Studying Global Health in India: Lessons Learned in Community-based Partnerships and and Healthcare

Students pose for a picture during their time in India.

Rachel Mansk, center, traveled to India in 2023 as part of India: Global Health, Globalization and Leadership.


India was full of firsts for Rachel Mansk, MPH ‘23. 

Being in Mysore meant a 12-hour time difference, bucket showers and taking in an unfamiliar culture. But more than anything, her experience emphasized the importance of collaboration in global health. 

“The biggest takeaway for me was prioritizing community leadership when working in global health. Rather than going to another environment and enforcing your own culture, global health is about utilizing community-led partnerships to promote health equity,” said Mansk. 

Mansk was one of five students who traveled to Mysore in January 2023 as part of India: Global Health, Globalization and Leadership, a two-week course open to UMN graduate students and lifelong learners, including alumni, UMN faculty and staff.  The course is offered by the Center for Global Health and Social Responsibility. 

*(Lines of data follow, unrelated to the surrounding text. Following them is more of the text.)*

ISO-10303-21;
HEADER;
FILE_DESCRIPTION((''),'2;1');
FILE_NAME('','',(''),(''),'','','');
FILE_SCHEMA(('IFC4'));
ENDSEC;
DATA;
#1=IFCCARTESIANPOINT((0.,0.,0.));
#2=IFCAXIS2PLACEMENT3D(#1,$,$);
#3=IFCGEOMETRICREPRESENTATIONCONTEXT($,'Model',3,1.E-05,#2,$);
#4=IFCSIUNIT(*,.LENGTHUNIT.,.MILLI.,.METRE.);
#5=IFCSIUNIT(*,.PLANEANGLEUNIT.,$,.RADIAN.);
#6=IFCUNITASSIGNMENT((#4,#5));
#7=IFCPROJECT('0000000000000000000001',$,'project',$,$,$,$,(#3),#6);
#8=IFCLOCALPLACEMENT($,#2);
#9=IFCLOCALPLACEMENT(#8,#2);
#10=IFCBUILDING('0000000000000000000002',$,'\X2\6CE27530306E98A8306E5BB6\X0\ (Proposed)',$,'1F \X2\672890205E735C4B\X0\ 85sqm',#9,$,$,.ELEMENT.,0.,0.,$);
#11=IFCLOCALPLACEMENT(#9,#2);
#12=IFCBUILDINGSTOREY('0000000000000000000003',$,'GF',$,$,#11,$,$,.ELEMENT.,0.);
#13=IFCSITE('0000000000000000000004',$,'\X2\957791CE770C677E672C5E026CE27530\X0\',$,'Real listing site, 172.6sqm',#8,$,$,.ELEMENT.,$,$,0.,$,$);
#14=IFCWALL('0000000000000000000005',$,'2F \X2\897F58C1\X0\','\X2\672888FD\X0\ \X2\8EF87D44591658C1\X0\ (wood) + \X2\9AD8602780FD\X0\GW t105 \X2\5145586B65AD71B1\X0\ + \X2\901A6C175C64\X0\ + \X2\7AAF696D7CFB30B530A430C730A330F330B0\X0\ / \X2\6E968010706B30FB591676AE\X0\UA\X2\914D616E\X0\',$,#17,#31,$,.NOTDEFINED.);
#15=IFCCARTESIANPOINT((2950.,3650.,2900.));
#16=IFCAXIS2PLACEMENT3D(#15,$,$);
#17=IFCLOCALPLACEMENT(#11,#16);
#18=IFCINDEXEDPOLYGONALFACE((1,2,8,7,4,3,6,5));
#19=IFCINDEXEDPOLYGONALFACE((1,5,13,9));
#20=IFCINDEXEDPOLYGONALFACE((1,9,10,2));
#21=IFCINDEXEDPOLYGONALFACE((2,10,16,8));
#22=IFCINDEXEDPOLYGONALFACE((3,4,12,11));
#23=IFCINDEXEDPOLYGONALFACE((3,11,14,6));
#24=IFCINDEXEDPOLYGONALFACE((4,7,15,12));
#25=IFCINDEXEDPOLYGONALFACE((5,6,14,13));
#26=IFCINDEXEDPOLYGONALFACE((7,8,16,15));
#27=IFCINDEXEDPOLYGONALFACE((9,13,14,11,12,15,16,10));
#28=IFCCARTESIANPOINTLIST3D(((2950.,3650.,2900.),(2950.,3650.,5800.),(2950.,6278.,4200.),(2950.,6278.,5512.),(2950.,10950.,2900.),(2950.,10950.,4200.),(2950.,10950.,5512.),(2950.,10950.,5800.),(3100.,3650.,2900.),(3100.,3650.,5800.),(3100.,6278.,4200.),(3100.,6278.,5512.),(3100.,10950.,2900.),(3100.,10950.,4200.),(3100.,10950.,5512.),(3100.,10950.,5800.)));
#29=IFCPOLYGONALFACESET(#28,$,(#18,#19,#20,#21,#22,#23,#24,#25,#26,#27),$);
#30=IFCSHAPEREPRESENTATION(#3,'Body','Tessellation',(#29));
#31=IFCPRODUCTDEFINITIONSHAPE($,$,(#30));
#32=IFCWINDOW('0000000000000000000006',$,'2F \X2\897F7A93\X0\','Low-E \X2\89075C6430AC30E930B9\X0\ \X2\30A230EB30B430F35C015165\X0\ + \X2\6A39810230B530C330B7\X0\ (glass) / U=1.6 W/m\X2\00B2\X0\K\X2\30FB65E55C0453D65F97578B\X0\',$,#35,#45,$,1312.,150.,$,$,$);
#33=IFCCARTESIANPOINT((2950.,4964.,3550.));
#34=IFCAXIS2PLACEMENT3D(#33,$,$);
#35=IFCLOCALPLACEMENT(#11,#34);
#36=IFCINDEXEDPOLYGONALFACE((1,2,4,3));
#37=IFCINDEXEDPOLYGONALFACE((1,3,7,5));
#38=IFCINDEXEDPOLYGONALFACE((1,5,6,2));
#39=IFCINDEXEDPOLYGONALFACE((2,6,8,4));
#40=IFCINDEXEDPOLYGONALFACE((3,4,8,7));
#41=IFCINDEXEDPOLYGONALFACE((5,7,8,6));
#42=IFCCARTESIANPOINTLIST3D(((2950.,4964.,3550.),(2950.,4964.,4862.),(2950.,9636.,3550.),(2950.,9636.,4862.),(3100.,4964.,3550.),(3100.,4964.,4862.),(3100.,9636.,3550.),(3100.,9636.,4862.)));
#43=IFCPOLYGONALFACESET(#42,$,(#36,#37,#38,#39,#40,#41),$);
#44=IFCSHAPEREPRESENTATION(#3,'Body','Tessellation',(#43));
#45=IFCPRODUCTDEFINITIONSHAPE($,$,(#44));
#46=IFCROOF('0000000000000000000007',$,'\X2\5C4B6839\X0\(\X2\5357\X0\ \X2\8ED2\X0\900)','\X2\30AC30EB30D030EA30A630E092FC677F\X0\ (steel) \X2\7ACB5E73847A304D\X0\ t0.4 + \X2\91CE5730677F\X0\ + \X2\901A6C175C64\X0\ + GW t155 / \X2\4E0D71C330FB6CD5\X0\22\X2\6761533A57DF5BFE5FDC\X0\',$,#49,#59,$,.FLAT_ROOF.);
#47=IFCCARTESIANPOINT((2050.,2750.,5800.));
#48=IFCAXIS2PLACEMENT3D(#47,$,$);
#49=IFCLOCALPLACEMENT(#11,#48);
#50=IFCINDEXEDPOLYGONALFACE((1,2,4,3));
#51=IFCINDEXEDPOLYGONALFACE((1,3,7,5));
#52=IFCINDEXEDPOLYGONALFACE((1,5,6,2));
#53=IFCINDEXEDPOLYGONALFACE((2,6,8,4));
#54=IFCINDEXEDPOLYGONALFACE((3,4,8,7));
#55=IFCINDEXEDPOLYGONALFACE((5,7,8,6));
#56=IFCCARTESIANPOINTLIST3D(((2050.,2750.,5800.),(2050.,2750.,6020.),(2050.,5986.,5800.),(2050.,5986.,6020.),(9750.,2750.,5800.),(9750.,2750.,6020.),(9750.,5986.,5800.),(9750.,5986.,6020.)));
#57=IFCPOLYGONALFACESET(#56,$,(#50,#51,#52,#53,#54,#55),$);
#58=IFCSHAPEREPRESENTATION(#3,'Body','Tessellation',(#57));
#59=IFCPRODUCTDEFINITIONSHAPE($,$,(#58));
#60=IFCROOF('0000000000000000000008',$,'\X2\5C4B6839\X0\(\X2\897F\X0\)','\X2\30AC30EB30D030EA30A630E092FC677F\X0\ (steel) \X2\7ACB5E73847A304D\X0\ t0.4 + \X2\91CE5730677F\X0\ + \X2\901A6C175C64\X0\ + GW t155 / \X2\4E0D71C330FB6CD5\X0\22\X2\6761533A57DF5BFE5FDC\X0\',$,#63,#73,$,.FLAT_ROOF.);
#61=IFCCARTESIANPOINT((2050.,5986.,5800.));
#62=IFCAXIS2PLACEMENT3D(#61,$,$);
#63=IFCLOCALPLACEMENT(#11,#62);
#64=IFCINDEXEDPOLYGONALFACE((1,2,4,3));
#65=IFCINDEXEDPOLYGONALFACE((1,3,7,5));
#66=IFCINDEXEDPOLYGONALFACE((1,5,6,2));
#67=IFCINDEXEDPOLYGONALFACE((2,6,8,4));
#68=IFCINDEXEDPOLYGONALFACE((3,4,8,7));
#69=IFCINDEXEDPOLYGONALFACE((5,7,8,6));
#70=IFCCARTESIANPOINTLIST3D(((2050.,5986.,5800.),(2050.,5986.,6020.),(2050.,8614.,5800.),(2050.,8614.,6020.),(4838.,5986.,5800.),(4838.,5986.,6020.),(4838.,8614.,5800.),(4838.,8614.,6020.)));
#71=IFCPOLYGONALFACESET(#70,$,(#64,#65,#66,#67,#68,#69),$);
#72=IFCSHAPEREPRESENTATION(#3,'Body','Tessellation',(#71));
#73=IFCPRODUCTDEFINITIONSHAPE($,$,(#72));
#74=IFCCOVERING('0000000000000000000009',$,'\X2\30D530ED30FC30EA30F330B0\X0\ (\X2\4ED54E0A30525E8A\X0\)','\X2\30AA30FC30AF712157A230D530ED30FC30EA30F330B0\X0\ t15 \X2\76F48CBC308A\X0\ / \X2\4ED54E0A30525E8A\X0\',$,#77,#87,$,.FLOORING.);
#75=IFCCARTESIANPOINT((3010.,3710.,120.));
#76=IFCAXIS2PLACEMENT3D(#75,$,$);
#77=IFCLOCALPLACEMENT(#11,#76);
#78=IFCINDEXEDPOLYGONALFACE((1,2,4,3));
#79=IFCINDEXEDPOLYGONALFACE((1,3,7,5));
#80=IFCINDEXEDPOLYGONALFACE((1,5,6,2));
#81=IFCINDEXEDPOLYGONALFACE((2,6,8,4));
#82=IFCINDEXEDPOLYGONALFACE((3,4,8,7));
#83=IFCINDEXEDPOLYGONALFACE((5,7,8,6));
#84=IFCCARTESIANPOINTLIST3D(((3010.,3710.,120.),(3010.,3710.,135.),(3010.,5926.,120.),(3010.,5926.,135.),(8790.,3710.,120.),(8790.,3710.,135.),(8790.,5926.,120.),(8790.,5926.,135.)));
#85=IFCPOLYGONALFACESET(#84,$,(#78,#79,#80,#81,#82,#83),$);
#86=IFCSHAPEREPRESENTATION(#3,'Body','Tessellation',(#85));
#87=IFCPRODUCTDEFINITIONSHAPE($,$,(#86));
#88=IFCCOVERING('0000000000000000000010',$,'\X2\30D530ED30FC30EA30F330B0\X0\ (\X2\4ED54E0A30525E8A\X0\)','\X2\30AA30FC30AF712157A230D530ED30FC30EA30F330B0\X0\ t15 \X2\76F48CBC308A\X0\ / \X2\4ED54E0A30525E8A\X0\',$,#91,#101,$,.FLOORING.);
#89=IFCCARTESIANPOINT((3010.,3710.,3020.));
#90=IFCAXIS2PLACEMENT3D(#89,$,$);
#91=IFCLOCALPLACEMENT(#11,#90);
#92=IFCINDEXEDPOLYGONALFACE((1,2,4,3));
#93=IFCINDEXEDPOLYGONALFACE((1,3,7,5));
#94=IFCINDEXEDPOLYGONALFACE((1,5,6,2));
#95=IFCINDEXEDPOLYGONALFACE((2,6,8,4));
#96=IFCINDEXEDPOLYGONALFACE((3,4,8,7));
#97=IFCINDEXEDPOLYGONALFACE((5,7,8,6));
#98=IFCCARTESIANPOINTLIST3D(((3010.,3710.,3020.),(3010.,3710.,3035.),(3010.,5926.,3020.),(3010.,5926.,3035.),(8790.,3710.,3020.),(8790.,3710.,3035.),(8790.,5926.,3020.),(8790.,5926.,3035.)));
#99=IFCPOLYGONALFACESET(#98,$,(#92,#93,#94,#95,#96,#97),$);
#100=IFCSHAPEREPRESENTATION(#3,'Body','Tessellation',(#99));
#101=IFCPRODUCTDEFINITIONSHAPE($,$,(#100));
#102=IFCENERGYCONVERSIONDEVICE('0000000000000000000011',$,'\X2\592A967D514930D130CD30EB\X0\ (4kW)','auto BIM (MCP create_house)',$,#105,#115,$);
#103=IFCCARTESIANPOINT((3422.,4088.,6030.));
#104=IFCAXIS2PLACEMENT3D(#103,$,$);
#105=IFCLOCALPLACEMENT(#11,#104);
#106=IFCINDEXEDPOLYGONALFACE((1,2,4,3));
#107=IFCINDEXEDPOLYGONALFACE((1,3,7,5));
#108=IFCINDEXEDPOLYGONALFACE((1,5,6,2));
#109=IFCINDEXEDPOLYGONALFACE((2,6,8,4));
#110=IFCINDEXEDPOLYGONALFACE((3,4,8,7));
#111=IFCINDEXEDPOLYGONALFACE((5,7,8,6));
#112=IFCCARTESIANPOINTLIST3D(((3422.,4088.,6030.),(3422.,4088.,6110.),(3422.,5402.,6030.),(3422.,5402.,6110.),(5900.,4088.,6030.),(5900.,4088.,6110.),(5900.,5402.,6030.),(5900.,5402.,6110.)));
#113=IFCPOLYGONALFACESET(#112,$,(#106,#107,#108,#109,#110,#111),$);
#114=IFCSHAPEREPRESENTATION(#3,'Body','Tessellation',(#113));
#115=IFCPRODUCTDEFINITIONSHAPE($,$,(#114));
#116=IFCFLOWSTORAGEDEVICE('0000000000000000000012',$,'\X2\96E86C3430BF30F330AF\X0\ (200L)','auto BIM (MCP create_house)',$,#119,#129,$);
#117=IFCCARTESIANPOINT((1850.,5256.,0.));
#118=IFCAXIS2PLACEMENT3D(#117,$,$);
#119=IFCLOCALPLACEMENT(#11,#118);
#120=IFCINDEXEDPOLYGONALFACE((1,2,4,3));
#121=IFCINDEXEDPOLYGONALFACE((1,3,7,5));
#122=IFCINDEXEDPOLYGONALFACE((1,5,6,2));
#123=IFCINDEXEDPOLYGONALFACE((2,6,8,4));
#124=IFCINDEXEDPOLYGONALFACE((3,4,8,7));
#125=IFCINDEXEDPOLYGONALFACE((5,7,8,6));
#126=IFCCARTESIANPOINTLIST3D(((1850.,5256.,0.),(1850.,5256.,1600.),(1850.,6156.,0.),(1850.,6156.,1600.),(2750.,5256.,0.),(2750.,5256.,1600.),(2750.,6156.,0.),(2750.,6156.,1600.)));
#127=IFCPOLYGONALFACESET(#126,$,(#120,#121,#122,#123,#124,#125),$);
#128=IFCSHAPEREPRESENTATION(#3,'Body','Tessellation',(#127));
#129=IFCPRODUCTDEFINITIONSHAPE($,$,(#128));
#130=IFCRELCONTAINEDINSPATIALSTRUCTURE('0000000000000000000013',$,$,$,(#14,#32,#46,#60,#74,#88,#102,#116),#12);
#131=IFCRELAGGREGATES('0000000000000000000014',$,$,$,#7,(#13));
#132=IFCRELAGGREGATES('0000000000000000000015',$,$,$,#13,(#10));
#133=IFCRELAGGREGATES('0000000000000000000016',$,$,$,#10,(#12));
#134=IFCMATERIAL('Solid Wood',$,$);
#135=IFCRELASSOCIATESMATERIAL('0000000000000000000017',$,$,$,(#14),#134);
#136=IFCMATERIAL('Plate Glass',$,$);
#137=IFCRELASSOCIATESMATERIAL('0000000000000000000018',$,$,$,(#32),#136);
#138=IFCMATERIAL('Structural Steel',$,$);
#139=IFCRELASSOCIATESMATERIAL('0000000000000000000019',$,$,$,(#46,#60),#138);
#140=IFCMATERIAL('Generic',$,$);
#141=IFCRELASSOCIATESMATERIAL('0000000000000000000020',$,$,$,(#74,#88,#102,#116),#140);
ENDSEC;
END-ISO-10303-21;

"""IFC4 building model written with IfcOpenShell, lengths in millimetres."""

from ifc_helpers import new_model, si_unit, frame, frame_2d, origin, place, context, project, spatial, rectangle, extrude, material, element, fill, save


model = new_model("IFC4")

# Units and contexts
model_context = context("Model", 3, precision=1e-05, world=origin())
ifc_project = project(units=[si_unit("LENGTHUNIT", "METRE", prefix="MILLI"), si_unit("PLANEANGLEUNIT", "RADIAN")], contexts=[model_context])

# Site, building, storey
site_placement = place(None, origin())
site = spatial("IfcSite", under=ifc_project, at=site_placement, Name="長野県松本市波田", ObjectType="Real listing site, 172.6sqm", CompositionType="ELEMENT", RefElevation=0.0)
building_placement = place(site_placement, origin())
building = spatial("IfcBuilding", under=site, at=building_placement, Name="波田の風の家 (Proposed)", ObjectType="1F 木造平屋 85sqm", CompositionType="ELEMENT", ElevationOfRefHeight=0.0, ElevationOfTerrain=0.0)
storey_placement = place(building_placement, origin())
storey = spatial("IfcBuildingStorey", under=building, at=storey_placement, Name="GF", CompositionType="ELEMENT", Elevation=0.0)

# Shared definitions
ifc_material_1 = material(Name="Solid Wood")
ifc_material_2 = material(Name="Generic")

# Shared definitions
ifc_material_3 = material(Name="Plate Glass")

# Wall, opening, window
wall_1_placement = place(storey_placement, frame((2950.0, 3650.0, 2900.0)))
wall_1 = element("IfcWall", 1, at=wall_1_placement, inside=storey, material=ifc_material_1, Name="2F 西壁", Description="木製 軸組外壁 (wood) + 高性能GW t105 充填断熱 + 通気層 + 窯業系サイディング / 準耐火・外皮UA配慮", PredefinedType="NOTDEFINED", context=model_context, shape_type="SweptSolid", body=[
    extrude(rectangle(XDim=150.0, YDim=7300.0, at=frame_2d((75.0, 3650.0))), frame((2950.0, 3650.0, 2900.0)), (0.0, 0.0, 1.0), 2900.0),
])
opening_1_placement = place(storey_placement, frame((2950.0, 4964.0, 3550.0)))
opening_1 = element("IfcOpeningElement", 2, at=opening_1_placement, cuts=wall_1, PredefinedType="NOTDEFINED", context=model_context, shape_type="SweptSolid", body=[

Mansk received a Masters of Public Health with an emphasis in environmental science from UMN. Her time in India counted towards her global health minor. 

Mansk became interested in environmental science after traveling to Peru. During the trip, prior to the pandemic, she saw first-hand the impact climate change was having on the country. 

“I witnessed how the frequent droughts and a changing climate are impacting the health of the residents. So I figured combining both the environmental and global health perspective would be good,” said Mansk. 

She experienced the effects of climate change in India, too. According to the World Bank, India has 18 percent of the world’s population but only four percent of its water resources. During the trip, Mansk took bucket showers – a practice used to conserve water. 

The global health students, instructors, and guest speakers stand in front of the SVYM Palliative Care Center, smiling toward the camera
Mansk and other students on the trip visited medical sites in Mysore and had the opportunity to talk with local doctors, residents and patients.

Mansk’s days in Mysore were “packed,” starting with breakfast and yoga before lectures and field visits. Students toured local hospitals and schools, talking to health practitioners and patients. 

“During each site visit we had the opportunity to interact with students, doctors and residents, which was unique because it offered a different type of learning experience than what you would get if you learned about global health in the U.S.,” said Mansk. 

Students saw healthcare through a different cultural lens and learned about the social factors that can influence patient outcomes. Mansk mentioned, for instance, witnessing the lack of reliable transportation in rural areas for pregnant women. Issues of sanitation and water access were also discussed throughout the course. 

Her experience is something she’ll take with her as she pursues a medical degree. 

“Learning about global health while in India taught me to be more humble, and I think this is an important quality to have as a medical student and future physician,” said Mansk. 

“Public and global health involves working with people, and because people and communities differ, it makes the field complex. What works for one community may not work for another, and being able to constantly adapt to, and learn from, different practices is critical.”